Machine Learning vs. AI
Machine learning and artificial intelligence have become popular buzzwords. Perhaps it's the buzz that has led to the common mistake of the two terms being used interchangeably. While ML and AI do belong in the same conversation, it's unfair and misleading to pit them against each other as machine learning vs. AI.
They can be employed symbiotically. Often, they should.
To do so, we must understand the clear-cut characteristics differentiating the two.
BREAKING DOWN MACHINE LEARNING VS. AI
WHAT IS AI?
Artificial Intelligence (AI) is the better starting point for such a conversation. AI is the broad science of training machines (i.e., computers) to execute human tasks. AI maintains that a computer can absorb information from its surroundings and learn accordingly, just like a human would.
AI patterns itself after human abilities; science emulating humans. Imitation, after all, is the sincerest form of flattery.
Within AI are are applied intelligence and general intelligence.
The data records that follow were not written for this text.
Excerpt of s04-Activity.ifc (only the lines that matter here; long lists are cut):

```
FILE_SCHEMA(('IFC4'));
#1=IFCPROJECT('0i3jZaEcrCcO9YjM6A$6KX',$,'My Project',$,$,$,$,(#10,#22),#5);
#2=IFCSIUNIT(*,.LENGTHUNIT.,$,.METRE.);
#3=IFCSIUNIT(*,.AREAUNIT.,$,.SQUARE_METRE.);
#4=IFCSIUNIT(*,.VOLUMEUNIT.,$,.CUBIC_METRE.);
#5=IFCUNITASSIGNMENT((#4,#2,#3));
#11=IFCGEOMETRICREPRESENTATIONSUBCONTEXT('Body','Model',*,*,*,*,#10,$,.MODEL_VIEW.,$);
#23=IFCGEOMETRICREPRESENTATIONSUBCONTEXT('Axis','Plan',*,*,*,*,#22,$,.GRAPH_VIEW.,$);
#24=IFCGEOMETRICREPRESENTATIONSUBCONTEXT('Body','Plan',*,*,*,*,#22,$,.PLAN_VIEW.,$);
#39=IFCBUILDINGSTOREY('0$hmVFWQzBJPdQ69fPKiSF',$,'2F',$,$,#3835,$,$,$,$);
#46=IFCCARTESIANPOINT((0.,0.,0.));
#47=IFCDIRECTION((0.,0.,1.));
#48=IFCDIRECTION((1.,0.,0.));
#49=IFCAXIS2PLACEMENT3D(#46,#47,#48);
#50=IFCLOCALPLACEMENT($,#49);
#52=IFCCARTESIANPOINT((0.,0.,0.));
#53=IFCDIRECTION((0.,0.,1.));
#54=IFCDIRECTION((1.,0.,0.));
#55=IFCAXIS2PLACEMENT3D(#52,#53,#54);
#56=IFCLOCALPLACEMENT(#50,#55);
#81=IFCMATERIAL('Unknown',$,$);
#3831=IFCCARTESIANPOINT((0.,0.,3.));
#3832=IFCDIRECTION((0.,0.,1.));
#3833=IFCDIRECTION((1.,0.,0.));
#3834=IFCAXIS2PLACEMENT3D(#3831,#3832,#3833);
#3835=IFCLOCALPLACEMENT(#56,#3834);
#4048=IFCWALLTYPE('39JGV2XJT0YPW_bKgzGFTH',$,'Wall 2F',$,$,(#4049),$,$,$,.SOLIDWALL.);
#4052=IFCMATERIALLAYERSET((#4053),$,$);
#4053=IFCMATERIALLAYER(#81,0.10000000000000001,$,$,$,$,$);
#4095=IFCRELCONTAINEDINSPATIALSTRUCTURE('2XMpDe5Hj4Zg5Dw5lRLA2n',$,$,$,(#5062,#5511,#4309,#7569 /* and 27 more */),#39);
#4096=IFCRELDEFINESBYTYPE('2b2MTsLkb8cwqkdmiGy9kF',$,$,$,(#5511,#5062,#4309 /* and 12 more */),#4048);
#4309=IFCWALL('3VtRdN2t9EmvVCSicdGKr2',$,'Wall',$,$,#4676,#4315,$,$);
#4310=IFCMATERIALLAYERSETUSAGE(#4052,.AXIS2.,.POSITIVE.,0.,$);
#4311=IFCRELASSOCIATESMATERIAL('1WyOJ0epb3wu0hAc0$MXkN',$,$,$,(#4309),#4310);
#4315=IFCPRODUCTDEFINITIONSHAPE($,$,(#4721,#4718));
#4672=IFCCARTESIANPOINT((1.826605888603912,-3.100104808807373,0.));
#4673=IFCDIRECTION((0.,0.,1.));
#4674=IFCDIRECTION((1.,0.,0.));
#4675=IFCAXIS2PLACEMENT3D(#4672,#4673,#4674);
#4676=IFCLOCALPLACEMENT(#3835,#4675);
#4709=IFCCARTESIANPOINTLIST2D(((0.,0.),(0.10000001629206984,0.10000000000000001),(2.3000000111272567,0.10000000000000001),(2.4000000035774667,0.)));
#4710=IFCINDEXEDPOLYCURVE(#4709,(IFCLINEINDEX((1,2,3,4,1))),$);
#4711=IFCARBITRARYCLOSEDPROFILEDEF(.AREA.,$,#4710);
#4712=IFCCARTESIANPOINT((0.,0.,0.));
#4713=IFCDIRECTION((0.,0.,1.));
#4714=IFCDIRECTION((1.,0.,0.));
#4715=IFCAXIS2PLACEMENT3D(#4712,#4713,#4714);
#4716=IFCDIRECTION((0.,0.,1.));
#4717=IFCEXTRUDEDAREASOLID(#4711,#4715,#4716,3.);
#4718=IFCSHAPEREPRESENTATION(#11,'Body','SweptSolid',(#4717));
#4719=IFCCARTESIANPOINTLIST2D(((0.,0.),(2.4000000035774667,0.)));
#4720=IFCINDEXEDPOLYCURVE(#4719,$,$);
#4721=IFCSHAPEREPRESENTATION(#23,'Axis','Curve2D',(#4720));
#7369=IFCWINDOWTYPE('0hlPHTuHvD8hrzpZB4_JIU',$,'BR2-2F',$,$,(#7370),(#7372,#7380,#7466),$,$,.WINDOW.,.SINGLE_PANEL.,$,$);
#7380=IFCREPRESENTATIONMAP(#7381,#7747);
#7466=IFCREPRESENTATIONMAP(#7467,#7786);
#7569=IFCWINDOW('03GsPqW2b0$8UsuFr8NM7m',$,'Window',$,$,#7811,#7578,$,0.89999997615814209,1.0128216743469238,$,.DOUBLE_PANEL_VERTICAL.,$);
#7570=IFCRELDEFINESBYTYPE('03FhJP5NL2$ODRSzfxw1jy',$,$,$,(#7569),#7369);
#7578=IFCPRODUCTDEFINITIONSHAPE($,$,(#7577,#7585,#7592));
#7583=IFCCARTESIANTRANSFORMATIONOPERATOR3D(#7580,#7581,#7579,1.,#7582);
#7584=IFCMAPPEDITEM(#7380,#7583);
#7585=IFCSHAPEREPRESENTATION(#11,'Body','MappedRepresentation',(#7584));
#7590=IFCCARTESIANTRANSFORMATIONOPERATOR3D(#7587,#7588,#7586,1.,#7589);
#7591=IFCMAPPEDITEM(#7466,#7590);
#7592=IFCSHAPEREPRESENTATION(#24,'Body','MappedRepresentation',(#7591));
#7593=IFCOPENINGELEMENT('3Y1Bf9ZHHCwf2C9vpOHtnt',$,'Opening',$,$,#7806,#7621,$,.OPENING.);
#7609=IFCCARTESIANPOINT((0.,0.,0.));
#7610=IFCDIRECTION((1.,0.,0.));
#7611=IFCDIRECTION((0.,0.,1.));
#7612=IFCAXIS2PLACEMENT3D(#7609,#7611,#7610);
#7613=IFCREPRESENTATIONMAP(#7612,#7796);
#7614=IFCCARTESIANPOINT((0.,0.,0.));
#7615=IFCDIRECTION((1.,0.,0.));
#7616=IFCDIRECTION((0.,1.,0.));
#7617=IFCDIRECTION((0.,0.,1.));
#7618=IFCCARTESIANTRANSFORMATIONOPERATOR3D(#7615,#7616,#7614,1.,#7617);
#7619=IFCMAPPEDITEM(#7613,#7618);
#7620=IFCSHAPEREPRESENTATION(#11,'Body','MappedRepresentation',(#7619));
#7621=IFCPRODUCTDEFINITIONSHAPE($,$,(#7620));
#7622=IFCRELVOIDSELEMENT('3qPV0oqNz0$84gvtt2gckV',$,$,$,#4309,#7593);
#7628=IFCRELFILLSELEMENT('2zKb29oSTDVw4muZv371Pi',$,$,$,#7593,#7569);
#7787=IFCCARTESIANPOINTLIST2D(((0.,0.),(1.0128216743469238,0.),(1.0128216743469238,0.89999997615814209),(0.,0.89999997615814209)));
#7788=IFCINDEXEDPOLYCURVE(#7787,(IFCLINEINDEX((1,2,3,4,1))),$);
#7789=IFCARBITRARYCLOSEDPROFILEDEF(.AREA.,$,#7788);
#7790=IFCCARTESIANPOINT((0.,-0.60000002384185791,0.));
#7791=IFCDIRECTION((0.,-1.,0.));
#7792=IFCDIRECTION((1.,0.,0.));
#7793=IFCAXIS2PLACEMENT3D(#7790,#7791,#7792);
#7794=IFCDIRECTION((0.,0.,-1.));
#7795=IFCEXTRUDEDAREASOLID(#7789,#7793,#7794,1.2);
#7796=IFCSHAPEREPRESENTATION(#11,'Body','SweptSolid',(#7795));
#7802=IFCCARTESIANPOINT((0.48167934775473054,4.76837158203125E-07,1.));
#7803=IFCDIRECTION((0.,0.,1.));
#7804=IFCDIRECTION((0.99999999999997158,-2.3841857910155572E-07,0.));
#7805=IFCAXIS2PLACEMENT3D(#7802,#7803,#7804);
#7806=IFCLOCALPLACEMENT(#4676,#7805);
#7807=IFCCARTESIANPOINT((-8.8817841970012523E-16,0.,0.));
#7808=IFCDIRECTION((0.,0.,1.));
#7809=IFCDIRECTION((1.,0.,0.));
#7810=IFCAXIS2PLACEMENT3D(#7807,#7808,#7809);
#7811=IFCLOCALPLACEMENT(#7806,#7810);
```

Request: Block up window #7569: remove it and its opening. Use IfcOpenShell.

```python
import ifcopenshell
import ifcopenshell.api.feature
import ifcopenshell.api.root
import ifcopenshell.geom
import ifcopenshell.util.shape

model = ifcopenshell.open("s04-Activity.ifc")
settings = ifcopenshell.geom.settings()


def volume(element):
    """Net volume in cubic metres, openings subtracted."""
    shape = ifcopenshell.geom.create_shape(settings, element)
    return ifcopenshell.util.shape.get_volume(shape.geometry)


window = model.by_guid("03GsPqW2b0$8UsuFr8NM7m")
opening = window.FillsVoids[0].RelatingOpeningElement
wall = opening.VoidsElements[0].RelatingBuildingElement
before = volume(wall)

ifcopenshell.api.root.remove_product(model, product=window)
ifcopenshell.api.feature.remove_feature(model, feature=opening)

after = volume(wall)

print(f"wall volume {before:.3f} -> {after:.3f} m3")

model.write("s04-Activity_edited.ifc")
```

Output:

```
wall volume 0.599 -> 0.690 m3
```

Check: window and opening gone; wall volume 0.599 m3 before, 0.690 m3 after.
As innovations in AI advance the field, specializations and nuances emerge.
APPLIED INTELLIGENCE VS ARTIFICIAL INTELLIGENCE
Applied intelligence is the branch of AI that focuses on a system's ability to match or surpass human intelligence for a specified task. Applied intelligence incorporates analytics and automation into the AI process.
Applied intelligence removes the abstraction from AI and -- quite literally -- applies direction to the associated machines.
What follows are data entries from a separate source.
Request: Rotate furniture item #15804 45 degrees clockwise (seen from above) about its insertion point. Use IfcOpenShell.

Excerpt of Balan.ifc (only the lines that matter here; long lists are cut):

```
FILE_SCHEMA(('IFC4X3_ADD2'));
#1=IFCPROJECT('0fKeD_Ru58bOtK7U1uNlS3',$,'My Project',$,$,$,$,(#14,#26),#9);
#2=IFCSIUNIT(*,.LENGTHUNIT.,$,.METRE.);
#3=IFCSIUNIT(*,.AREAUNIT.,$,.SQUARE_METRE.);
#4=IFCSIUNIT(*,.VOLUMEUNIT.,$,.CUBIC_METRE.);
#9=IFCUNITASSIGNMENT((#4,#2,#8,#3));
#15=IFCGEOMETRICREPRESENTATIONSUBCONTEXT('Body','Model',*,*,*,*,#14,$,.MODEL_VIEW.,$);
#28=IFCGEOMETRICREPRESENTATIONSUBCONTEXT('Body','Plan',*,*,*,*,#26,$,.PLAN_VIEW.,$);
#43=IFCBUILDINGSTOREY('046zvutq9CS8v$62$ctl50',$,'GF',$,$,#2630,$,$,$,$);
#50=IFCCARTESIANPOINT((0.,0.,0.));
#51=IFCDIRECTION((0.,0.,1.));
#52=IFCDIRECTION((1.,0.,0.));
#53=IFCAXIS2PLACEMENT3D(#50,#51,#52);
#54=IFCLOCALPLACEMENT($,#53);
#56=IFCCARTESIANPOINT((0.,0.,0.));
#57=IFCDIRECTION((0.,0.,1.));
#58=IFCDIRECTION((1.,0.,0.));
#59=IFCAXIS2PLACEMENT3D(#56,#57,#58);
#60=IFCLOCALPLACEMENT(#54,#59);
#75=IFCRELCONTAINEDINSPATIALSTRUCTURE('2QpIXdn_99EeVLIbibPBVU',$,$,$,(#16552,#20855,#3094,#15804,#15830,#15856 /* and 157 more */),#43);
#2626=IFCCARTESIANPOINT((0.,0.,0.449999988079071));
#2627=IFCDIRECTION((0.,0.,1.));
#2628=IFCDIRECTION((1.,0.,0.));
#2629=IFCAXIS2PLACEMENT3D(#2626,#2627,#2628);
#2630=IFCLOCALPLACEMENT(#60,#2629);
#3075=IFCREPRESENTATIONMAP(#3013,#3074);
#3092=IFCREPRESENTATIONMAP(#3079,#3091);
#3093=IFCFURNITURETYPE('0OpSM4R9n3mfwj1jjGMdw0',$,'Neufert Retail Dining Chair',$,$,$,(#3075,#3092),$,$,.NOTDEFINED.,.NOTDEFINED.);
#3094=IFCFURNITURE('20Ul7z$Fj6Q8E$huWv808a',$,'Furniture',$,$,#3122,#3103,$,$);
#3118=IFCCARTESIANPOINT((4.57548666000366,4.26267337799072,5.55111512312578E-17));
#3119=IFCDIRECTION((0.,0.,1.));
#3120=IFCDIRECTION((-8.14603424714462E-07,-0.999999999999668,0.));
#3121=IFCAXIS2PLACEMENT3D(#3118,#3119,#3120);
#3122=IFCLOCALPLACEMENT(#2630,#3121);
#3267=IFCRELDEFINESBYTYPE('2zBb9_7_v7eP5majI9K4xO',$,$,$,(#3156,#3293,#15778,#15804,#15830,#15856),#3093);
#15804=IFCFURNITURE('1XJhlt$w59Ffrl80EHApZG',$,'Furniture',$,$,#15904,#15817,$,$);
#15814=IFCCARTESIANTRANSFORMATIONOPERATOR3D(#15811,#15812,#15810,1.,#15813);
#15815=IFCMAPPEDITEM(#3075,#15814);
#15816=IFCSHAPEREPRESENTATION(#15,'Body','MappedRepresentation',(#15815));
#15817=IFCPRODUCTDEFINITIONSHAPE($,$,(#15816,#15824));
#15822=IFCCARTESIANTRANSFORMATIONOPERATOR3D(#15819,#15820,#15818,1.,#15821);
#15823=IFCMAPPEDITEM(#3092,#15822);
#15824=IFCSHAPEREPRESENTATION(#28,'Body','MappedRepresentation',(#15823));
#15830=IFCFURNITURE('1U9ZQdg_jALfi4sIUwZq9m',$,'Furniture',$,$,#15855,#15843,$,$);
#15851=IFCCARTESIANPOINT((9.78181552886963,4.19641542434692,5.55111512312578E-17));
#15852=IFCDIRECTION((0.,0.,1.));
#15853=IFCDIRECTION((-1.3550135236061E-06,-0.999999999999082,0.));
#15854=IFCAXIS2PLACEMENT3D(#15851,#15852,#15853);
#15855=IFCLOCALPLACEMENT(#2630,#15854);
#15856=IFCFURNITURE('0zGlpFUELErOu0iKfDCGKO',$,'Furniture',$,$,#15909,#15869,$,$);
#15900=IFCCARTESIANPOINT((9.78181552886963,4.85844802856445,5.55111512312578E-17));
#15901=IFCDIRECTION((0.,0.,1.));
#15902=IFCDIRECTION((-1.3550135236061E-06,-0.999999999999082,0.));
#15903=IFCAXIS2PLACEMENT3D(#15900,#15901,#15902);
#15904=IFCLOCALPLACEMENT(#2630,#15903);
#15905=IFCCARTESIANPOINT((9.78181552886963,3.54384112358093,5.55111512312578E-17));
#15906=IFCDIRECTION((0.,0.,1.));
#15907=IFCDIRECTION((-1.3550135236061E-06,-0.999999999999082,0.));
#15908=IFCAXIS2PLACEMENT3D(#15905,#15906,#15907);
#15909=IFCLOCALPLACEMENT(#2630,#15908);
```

```python
import ifcopenshell
import ifcopenshell.api.geometry
import ifcopenshell.util.placement

model = ifcopenshell.open("Balan.ifc")

item = model.by_guid("1XJhlt$w59Ffrl80EHApZG")
matrix = ifcopenshell.util.placement.get_local_placement(item.ObjectPlacement)
matrix = matrix @ ifcopenshell.util.placement.rotation(-45, "Z")
ifcopenshell.api.geometry.edit_object_placement(model, product=item, matrix=matrix, is_si=False)

print(ifcopenshell.util.placement.get_local_placement(item.ObjectPlacement).round(3) + 0.0)

model.write("Balan_v2.ifc")
```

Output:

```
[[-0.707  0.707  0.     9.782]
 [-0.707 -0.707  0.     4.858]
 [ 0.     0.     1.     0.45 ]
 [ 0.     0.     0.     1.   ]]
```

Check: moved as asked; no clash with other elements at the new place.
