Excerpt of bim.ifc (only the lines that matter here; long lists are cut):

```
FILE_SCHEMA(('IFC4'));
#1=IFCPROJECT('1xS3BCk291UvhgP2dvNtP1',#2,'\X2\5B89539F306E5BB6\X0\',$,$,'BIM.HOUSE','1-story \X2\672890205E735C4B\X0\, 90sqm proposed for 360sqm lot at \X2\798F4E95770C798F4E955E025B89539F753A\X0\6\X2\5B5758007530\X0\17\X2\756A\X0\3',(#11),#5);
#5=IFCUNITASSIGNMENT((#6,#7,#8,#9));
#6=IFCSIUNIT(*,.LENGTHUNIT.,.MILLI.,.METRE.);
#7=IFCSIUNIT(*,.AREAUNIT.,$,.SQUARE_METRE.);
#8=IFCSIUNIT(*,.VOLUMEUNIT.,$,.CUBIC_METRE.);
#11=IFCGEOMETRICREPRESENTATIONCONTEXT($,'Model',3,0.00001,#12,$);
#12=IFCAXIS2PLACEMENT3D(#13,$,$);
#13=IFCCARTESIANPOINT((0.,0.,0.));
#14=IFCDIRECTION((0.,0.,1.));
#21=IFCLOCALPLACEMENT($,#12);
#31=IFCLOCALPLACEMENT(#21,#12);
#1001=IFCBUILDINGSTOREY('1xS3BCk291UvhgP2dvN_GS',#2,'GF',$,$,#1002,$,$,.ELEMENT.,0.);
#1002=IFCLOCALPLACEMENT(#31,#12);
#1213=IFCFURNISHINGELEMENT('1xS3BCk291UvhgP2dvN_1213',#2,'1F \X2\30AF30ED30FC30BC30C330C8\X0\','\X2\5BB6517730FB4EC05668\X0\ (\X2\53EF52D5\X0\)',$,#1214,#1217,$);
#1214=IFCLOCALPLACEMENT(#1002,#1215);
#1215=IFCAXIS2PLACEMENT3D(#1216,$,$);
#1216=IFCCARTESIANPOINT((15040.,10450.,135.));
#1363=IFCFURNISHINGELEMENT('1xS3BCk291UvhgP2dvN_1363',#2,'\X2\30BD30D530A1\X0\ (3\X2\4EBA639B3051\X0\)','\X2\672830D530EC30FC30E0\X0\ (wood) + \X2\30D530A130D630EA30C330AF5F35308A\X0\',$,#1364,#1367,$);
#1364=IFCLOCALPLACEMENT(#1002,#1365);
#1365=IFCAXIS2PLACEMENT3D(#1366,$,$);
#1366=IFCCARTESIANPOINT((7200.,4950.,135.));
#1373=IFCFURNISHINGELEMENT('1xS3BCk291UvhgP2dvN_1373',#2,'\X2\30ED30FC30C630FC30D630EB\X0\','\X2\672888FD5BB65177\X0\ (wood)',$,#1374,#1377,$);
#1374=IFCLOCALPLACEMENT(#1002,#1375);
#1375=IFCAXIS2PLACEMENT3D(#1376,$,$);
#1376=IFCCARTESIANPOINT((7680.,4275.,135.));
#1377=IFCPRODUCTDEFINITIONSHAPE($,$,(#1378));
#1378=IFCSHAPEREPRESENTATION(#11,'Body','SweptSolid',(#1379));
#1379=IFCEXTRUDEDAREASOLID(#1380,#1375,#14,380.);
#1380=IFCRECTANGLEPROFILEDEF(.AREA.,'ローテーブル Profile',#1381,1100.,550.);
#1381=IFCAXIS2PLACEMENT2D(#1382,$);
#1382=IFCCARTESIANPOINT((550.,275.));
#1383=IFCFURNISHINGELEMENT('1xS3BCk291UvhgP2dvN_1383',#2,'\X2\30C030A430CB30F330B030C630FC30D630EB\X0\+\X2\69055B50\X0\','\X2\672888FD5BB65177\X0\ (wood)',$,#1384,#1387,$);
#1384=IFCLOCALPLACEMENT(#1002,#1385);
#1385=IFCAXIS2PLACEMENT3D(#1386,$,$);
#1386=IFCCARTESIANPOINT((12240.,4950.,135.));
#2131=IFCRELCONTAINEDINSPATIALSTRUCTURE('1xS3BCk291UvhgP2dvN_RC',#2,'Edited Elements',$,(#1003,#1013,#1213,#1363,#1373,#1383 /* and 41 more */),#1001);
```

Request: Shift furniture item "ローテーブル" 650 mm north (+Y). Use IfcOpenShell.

```python
import ifcopenshell
import ifcopenshell.api.geometry
import ifcopenshell.util.placement

model = ifcopenshell.open("bim.ifc")

item = model.by_guid("1xS3BCk291UvhgP2dvN_1373")
matrix = ifcopenshell.util.placement.get_local_placement(item.ObjectPlacement)
matrix[1, 3] += 650.0
ifcopenshell.api.geometry.edit_object_placement(model, product=item, matrix=matrix, is_si=False)

print(ifcopenshell.util.placement.get_local_placement(item.ObjectPlacement).round(3) + 0.0)

model.write("bim_rev.ifc")
```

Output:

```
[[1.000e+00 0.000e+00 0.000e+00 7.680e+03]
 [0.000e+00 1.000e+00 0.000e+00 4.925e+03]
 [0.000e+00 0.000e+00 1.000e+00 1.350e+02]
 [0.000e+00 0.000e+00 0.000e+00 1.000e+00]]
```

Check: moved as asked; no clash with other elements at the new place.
Innovations under the AI umbrella will continue to drive practices and fine-tune terminology.
CAN THERE BE ARTIFICIAL INTELLIGENCE WITHOUT MACHINE LEARNING?
Industry experts still disagree. This ambiguity may just be a case of semantics. As you might be realizing, the always-evolving states of AI and ML create moving targets when it comes to definitions.
Some believe there'd be no artificial intelligence without machine learning. Others believe they could exist exclusively, but can only be of great value when paired.
WHAT IS MACHINE LEARNING?
Machine learning is an application of AI that enables systems to learn automatically and improve through experience absent of explicit programming.
Simply, ML is a process of instructing machines how to learn from data.
Machine learning models churn a cycle of learning and improving. The models ingest data and generate predictions based off of algorithms. The data then serves to inform and fine-tune the model.
So it's not a case of machine learning vs. AI, but empowering AI through ML.